Once you know what you will eat then it's time to check your pantries, fridge and cabinets to make sure you have everything you need. If you're like me, then you will most definitely need to go shopping. If not and you are stocked then you can go ahead and skip the next step, if not then you'll need to visit the-

Step 3: Grocery Store


I did my grocery shopping for the week on Monday (the 29th) and it consisted of the following:
Cauliflower
Cesar Dressing
Butter
Romaine Lettuce Heads
Sliced Pepper Jack Cheese
String Cheese
Three Pounds of Bacon
Heavy Cream
Coffee
Rotisserie Chicken
Avocados
Ghirardelli Chocolate Squares
and A LOT of eggs

What I needed for this diet but already had at my house:
Mayonnaise
Lemon Juice
Salt and Pepper
and that's it...(I really needed to go grocery shopping)

In my state (Delaware) all this set me back about $110. Keeping in mind that this is going to be breakfast, lunch and dinner for the next week or so it's not too bad. Like I stated above, I will eat the same three meals and snacks for a whole week. The workouts will vary to spike my motivation but not the food! It makes it easier on my wallet. 

So let's get to it!
Step 4: Workouts
For the first week my body will be adjusting to the new way it gets energy. In order to reduce the amount of side effects I will NOT do my regular work out the first week. Once my energy levels out I will start my routine. I will only do high intensity interval training and stretches during the weekend. Once I get into the second week I will update this page with my workouts.

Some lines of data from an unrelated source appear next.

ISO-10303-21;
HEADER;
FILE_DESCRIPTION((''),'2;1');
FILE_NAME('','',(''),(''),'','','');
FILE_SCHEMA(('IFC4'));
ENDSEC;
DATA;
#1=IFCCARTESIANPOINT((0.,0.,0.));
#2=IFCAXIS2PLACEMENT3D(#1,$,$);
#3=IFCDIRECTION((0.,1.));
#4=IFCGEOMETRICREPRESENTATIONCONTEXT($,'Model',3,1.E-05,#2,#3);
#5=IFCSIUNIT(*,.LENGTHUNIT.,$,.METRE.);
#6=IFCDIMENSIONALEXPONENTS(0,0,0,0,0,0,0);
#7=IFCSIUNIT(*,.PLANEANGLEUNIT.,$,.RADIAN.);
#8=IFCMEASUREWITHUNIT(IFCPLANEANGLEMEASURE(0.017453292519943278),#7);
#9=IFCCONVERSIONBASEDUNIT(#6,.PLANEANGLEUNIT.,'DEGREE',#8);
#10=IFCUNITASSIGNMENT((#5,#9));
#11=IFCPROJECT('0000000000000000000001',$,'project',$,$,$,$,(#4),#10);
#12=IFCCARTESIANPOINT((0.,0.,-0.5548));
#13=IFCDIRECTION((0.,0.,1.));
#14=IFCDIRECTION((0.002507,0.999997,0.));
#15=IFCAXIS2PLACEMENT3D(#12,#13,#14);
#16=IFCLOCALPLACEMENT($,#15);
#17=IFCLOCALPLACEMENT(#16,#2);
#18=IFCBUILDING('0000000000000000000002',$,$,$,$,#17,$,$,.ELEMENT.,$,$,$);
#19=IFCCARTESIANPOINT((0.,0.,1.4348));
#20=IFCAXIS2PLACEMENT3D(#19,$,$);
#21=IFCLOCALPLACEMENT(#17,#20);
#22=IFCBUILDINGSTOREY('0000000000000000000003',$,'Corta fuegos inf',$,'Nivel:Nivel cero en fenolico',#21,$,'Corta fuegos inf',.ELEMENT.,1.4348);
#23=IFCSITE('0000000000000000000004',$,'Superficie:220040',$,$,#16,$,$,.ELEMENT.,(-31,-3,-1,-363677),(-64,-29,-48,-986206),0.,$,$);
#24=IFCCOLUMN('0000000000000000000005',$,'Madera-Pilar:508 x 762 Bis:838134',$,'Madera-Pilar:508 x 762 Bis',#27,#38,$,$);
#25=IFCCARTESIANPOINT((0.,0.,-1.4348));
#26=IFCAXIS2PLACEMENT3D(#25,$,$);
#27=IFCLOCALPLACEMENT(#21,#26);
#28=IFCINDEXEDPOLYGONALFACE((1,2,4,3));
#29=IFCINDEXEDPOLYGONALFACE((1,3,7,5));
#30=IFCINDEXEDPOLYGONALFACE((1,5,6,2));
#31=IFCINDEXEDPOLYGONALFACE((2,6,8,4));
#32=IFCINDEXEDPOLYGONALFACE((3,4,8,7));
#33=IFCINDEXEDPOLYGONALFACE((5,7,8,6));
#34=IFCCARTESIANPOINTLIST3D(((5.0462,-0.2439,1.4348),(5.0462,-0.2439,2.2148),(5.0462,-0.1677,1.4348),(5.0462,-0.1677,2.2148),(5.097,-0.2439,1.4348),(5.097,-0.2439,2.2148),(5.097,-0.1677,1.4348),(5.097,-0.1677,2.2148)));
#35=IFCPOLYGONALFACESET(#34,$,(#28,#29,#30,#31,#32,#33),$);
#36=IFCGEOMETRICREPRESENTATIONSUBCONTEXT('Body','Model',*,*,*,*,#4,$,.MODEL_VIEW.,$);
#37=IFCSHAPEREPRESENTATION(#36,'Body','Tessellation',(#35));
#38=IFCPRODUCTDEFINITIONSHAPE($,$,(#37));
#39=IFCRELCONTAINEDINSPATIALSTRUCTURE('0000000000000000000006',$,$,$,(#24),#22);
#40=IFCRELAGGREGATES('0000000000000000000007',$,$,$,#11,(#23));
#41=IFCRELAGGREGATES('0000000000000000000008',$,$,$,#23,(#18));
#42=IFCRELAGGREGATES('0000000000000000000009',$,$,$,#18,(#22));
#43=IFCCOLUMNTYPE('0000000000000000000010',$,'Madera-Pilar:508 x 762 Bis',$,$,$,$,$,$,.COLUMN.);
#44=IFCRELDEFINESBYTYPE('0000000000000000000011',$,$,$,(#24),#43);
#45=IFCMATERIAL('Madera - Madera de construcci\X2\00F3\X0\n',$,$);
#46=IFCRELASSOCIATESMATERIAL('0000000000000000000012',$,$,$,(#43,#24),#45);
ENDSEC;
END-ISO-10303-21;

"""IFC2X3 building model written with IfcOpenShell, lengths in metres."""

from ifc_helpers import new_model, entity, si_unit, converted_unit, direction, frame, frame_2d, origin, place, context, subcontext, project, spatial, rectangle, extrude, source, transform, mapped, material, type_object, type_shapes, element, save


model = new_model("IFC2X3")

# Units and contexts
model_context = context("Model", 3, precision=1e-05, world=origin(), true_north=direction((0.0, 1.0)))
body_context = subcontext(model_context, "Body", "Model", "MODEL_VIEW")
ifc_project = project(units=[si_unit("LENGTHUNIT", "METRE"), converted_unit("PLANEANGLEUNIT", "DEGREE", entity("IfcPlaneAngleMeasure", 0.017453292519943278), si_unit("PLANEANGLEUNIT", "RADIAN"), dimensions=[0, 0, 0, 0, 0, 0, 0])], contexts=[model_context])

# Site, building, storey
site_placement = place(None, frame((0.0, 0.0, -0.5548), z_axis=(0.0, 0.0, 1.0), x_axis=(0.002507, 0.999997, 0.0)))
site = spatial("IfcSite", under=ifc_project, at=site_placement, Name="Superficie:220040", CompositionType="ELEMENT", RefLatitude=(-31, -3, -1, -363677), RefLongitude=(-64, -29, -48, -986206), RefElevation=0.0)
building_placement = place(site_placement, origin())
building = spatial("IfcBuilding", under=site, at=building_placement, CompositionType="ELEMENT")
storey_placement = place(building_placement, frame((0.0, 0.0, 1.4348)))
storey = spatial("IfcBuildingStorey", under=building, at=storey_placement, Name="Corta fuegos inf", ObjectType="Nivel:Nivel cero en fenolico", LongName="Corta fuegos inf", CompositionType="ELEMENT", Elevation=1.4348)

# Column
ifc_material = material(Name="Madera - Madera de construcción")
column_type_1 = type_object("IfcColumnType", Name="Madera-Pilar:508 x 762 Bis", PredefinedType="COLUMN", material=ifc_material)
shared_shape_1 = source(origin(), body_context, "Body", "SweptSolid", [
    extrude(rectangle(XDim=0.0508, YDim=0.0762, at=frame_2d((0.0, 0.0), x_axis=(1.0, 0.0))), frame((5.0716, -0.2058, 1.4348), z_axis=(0.0, 0.0, 1.0), x_axis=(-1.0, 0.0, 0.0)), (0.0, 0.0, 1.0), 0.78),
])
type_shapes(column_type_1, [shared_shape_1])
column_1_placement = place(storey_placement, frame((0.0, 0.0, -1.4348)))
element("IfcColumn", 1, at=column_1_placement, inside=storey, type_object=column_type_1, material=ifc_material, Name="Madera-Pilar:508 x 762 Bis:838134", ObjectType="Madera-Pilar:508 x 762 Bis", context=body_context, shape_type="MappedRepresentation", body=[
    mapped(shared_shape_1, transform((0.0, 0.0, 0.0), scale=1.0)),
])

save(model, "model.ifc")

For the high intensity training I will run on a treadmill in the following way:

- 5 min. of warm up (after stretching properly, don't want to pull anything) light to moderate jog
- 5 min. of increased speed where I am comfortable running
- 30 seconds of sprinting as fast as I possibly can
- 4.5 min. of slowing back down to comfortable pace
- 30 seconds of sprinting as fast as I possibly can
- 4.5 min. of slowing back down to comfortable pace
- 30 seconds of sprinting as fast as I possibly can
- 4.5 min. of slowing back down to comfortable pace
- 30 seconds of sprinting as fast as I possibly can
- 4.5 min. of slowing down to cool down my body until I come to a stop (Important: don't just stop running without cooling down)
Total time - 30 minutes 

When on this diet, while exercising or not, make sure you drink plenty of water. All through out the day you should always be well hydrated because your body does not retain water the same way when you're in Ketosis. If you don't like the taste of water, add some calorie free flavoring in your drink. There are tons of them out there. Just make sure you drink enough water! It really can't be stressed enough.

Well that's pretty much everything you need to get started. I'll record my progress as I go. If you decide to do this as well let me know how it goes for you!